Stable center-oriented polarization and the “resilience inversion” effect: Inter-group differences (mean contribution 66.7%) driven by administrative siphoning constitute the primary source of spatiotemporal non-equilibrium. The “resilience inversion” observed under extreme shocks confirms that resource-rich urban cores are prone to functional collapse due to saturated capacity. This phenomenon reinforces the sensitivity advantage of processual monitoring in identifying latent vulnerabilities, suggesting that shifting the paradigm toward “operational efficiency” is essential for the accurate assessment of grassroots resilience.

(3)

Dual configurational logic of “synergistic compensation” and “synergistic offset”: Equivalent pathways (e.g., “Market-Tech Compensation”) reinforce the compensatory value of tech-innovation for physical defects. Conversely, the analysis of non-high-resilience configurations reveals a “synergistic offset” effect, where an extreme bottleneck in a single dimension can neutralize other strength-driven dividends, leading to systemic failure. Such non-linear associations prove that resilience leaps depend on configurational optimization of governance elements rather than simple linear resource accumulation.

6.2. Main Contributions

Methodologically, this study facilitates a paradigm leap in resilience evaluation, transitioning from static “resource stock description” to dynamic “spatial allocation efficiency assessment.” By integrating POI network analysis and remote sensing monitoring, the framework more precisely captures the dynamic functional performance of urban systems. This research not only provides an empirical sample for the meso-level governance of inland megacities but also—via a logical closed-loop of situational diagnosis, trend correlation, and configurational paths—overcomes the subjectivity in antecedent variable selection. Ultimately, it establishes a replicable scientific paradigm for deconstructing non-linear causal mechanisms within complex environments.

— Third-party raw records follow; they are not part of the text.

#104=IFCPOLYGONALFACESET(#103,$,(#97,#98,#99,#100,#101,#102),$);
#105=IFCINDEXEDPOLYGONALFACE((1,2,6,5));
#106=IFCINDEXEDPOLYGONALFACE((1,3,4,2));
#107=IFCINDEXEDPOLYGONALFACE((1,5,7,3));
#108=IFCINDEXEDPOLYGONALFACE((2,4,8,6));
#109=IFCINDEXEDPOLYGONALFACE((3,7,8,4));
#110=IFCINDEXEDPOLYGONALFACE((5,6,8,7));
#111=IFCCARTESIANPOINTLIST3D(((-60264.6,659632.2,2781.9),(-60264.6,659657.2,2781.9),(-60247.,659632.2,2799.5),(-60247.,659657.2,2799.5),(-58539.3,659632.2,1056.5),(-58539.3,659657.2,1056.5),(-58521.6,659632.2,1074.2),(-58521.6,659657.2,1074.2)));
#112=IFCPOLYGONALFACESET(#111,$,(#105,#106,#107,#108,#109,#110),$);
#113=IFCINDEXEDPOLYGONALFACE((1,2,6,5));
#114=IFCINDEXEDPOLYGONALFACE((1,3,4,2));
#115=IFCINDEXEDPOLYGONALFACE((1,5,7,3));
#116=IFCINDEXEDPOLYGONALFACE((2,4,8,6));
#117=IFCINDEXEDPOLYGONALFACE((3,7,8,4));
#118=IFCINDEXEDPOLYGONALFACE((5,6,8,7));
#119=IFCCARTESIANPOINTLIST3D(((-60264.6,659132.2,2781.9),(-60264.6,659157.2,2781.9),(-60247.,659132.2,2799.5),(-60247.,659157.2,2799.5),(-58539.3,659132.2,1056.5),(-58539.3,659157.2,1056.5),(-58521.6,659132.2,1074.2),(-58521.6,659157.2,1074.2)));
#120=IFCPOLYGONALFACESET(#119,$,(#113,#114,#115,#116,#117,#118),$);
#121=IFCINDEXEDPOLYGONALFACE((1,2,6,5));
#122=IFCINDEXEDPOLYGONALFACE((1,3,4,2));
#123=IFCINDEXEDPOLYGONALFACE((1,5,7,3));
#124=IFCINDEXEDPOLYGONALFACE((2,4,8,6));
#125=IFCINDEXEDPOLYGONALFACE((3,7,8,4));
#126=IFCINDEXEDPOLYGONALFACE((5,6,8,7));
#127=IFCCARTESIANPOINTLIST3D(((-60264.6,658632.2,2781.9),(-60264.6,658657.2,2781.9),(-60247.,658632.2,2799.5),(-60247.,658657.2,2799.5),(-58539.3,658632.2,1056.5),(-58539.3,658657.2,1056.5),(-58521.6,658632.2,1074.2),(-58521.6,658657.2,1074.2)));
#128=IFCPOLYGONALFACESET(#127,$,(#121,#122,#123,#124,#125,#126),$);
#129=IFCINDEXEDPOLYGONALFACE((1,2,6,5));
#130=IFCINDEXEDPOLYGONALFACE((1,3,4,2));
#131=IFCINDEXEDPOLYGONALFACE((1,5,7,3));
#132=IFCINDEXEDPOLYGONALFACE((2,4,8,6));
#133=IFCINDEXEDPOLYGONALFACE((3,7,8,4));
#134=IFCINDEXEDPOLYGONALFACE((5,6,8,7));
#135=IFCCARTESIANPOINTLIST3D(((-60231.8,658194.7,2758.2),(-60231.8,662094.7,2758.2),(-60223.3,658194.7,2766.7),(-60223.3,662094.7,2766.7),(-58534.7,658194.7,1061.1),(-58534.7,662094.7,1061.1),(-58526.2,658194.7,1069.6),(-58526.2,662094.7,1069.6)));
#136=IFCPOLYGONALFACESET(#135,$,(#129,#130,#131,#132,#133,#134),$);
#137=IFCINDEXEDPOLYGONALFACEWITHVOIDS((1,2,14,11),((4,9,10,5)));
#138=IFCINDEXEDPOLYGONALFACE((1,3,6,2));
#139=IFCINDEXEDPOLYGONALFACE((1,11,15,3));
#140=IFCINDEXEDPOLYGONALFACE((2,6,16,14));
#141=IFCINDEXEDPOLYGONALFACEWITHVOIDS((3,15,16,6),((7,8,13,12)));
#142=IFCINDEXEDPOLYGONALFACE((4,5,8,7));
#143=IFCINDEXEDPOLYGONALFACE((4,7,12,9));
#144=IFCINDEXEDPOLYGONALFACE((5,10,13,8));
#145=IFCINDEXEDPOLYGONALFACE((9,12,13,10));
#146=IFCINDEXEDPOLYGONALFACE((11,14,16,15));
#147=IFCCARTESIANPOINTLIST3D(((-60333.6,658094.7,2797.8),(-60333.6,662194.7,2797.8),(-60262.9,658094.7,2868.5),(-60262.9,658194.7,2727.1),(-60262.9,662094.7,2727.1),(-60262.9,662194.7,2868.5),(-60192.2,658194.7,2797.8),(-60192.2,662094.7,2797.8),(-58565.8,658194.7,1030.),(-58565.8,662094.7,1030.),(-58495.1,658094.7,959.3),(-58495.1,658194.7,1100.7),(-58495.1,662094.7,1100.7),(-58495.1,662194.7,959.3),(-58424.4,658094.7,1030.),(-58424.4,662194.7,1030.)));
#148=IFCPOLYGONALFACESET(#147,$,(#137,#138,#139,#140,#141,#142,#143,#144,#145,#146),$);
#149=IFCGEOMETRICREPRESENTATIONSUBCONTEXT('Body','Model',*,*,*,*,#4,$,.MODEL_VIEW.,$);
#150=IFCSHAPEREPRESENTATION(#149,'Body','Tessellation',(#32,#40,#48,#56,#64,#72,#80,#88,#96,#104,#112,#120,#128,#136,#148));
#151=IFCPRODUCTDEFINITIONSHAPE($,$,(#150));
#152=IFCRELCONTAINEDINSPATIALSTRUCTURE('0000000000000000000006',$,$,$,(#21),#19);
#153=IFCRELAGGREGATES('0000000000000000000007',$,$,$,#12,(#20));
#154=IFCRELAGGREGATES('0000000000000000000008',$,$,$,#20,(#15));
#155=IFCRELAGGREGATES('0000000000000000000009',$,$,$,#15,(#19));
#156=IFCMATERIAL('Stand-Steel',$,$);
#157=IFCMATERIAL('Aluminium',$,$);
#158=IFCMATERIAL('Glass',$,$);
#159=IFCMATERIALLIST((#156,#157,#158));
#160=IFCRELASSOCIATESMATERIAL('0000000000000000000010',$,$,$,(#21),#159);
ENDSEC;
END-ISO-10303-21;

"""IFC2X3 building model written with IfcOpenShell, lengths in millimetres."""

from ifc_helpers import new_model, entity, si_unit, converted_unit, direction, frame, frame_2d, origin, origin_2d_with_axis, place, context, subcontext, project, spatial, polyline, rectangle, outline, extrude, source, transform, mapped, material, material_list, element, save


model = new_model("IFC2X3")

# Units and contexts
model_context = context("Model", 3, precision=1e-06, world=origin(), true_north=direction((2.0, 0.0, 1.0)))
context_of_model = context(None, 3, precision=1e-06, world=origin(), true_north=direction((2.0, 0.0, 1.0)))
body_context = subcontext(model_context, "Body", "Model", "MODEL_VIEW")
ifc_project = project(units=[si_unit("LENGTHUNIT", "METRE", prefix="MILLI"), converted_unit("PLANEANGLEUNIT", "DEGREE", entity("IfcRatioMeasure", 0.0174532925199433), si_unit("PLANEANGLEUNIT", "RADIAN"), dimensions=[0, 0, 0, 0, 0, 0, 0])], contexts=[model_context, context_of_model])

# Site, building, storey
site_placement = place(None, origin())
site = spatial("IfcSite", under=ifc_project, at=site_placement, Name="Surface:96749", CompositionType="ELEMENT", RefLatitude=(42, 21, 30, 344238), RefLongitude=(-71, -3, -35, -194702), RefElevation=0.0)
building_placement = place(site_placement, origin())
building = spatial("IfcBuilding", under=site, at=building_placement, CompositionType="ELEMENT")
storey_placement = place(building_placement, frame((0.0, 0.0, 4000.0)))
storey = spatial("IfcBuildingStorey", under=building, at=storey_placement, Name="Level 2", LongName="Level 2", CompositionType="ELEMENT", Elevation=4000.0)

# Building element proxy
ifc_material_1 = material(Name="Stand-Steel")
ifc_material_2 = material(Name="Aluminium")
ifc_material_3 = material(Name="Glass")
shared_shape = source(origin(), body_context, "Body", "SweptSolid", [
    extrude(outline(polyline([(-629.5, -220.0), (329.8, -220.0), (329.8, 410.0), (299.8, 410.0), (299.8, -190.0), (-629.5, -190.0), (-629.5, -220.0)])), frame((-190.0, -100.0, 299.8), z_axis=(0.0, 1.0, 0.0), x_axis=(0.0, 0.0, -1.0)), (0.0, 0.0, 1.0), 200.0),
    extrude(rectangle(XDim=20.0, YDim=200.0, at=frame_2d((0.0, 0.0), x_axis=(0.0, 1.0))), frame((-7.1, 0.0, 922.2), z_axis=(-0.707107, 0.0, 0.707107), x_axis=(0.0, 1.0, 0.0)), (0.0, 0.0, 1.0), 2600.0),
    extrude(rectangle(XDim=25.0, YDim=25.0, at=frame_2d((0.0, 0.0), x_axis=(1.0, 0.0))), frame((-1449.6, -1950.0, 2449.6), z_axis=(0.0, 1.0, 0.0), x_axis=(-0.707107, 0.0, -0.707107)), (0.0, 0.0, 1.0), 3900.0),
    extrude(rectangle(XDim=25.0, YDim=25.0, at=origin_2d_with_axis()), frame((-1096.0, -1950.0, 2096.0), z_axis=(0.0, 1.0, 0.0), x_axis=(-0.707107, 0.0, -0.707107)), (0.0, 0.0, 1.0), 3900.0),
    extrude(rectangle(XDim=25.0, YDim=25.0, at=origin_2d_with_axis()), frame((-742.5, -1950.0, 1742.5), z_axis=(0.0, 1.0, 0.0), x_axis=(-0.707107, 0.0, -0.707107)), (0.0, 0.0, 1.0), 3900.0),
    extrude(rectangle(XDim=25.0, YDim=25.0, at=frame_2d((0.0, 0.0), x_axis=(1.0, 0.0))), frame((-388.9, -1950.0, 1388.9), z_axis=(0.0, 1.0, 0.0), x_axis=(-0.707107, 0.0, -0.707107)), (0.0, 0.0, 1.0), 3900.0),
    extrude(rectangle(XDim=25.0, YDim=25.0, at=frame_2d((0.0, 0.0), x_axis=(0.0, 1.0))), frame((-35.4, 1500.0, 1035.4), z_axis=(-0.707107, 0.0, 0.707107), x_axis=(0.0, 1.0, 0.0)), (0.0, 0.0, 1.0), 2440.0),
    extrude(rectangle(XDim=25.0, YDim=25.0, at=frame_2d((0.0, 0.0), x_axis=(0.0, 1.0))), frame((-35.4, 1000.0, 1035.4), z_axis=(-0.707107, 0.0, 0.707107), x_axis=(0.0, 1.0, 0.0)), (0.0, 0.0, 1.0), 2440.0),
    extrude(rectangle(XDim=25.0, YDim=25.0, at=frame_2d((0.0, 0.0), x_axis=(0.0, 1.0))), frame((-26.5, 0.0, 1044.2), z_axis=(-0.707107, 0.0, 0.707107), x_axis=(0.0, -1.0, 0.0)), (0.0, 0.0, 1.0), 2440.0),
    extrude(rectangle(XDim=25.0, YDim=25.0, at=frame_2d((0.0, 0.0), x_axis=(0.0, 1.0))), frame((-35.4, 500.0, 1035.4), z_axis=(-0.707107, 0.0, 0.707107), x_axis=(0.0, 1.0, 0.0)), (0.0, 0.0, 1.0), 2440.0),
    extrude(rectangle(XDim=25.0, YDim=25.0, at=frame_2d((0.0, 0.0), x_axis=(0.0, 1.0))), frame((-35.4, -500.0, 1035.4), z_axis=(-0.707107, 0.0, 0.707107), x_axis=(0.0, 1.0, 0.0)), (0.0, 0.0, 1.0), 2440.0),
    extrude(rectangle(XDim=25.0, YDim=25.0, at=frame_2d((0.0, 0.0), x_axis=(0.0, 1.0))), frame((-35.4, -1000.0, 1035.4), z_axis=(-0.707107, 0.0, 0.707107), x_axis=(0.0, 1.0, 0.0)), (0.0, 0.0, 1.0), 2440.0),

6.3. Limitations and Future Outlook

Despite these insights, this study is constrained by data frequency; the annual-scale analysis lacks the resolution to capture the micro-evolutionary nuances of urban systems during instantaneous shocks. Similarly, strategic simplifications made for analytical tractability—including standardized speed impedance and fixed calibration anchors—imply that our findings characterize the system’s structural baseline rather than its stochastic, transient performance. Future research should incorporate real-time sensing data—such as transportation and social media flows—to construct models with higher temporal resolution.

Furthermore, the specific coupling mechanisms induced by divergent risks (e.g., floods, earthquakes) across subsystems warrant deeper investigation. Particularly through the lens of complex disaster chains, the trade-offs between opportunity costs and negative cancellation effects require precise mathematical modeling via multi-scenario simulations. Such advancements will yield proactive strategic schemes for optimized resource allocation and resilience-oriented policy-making in megacities facing extreme uncertainty.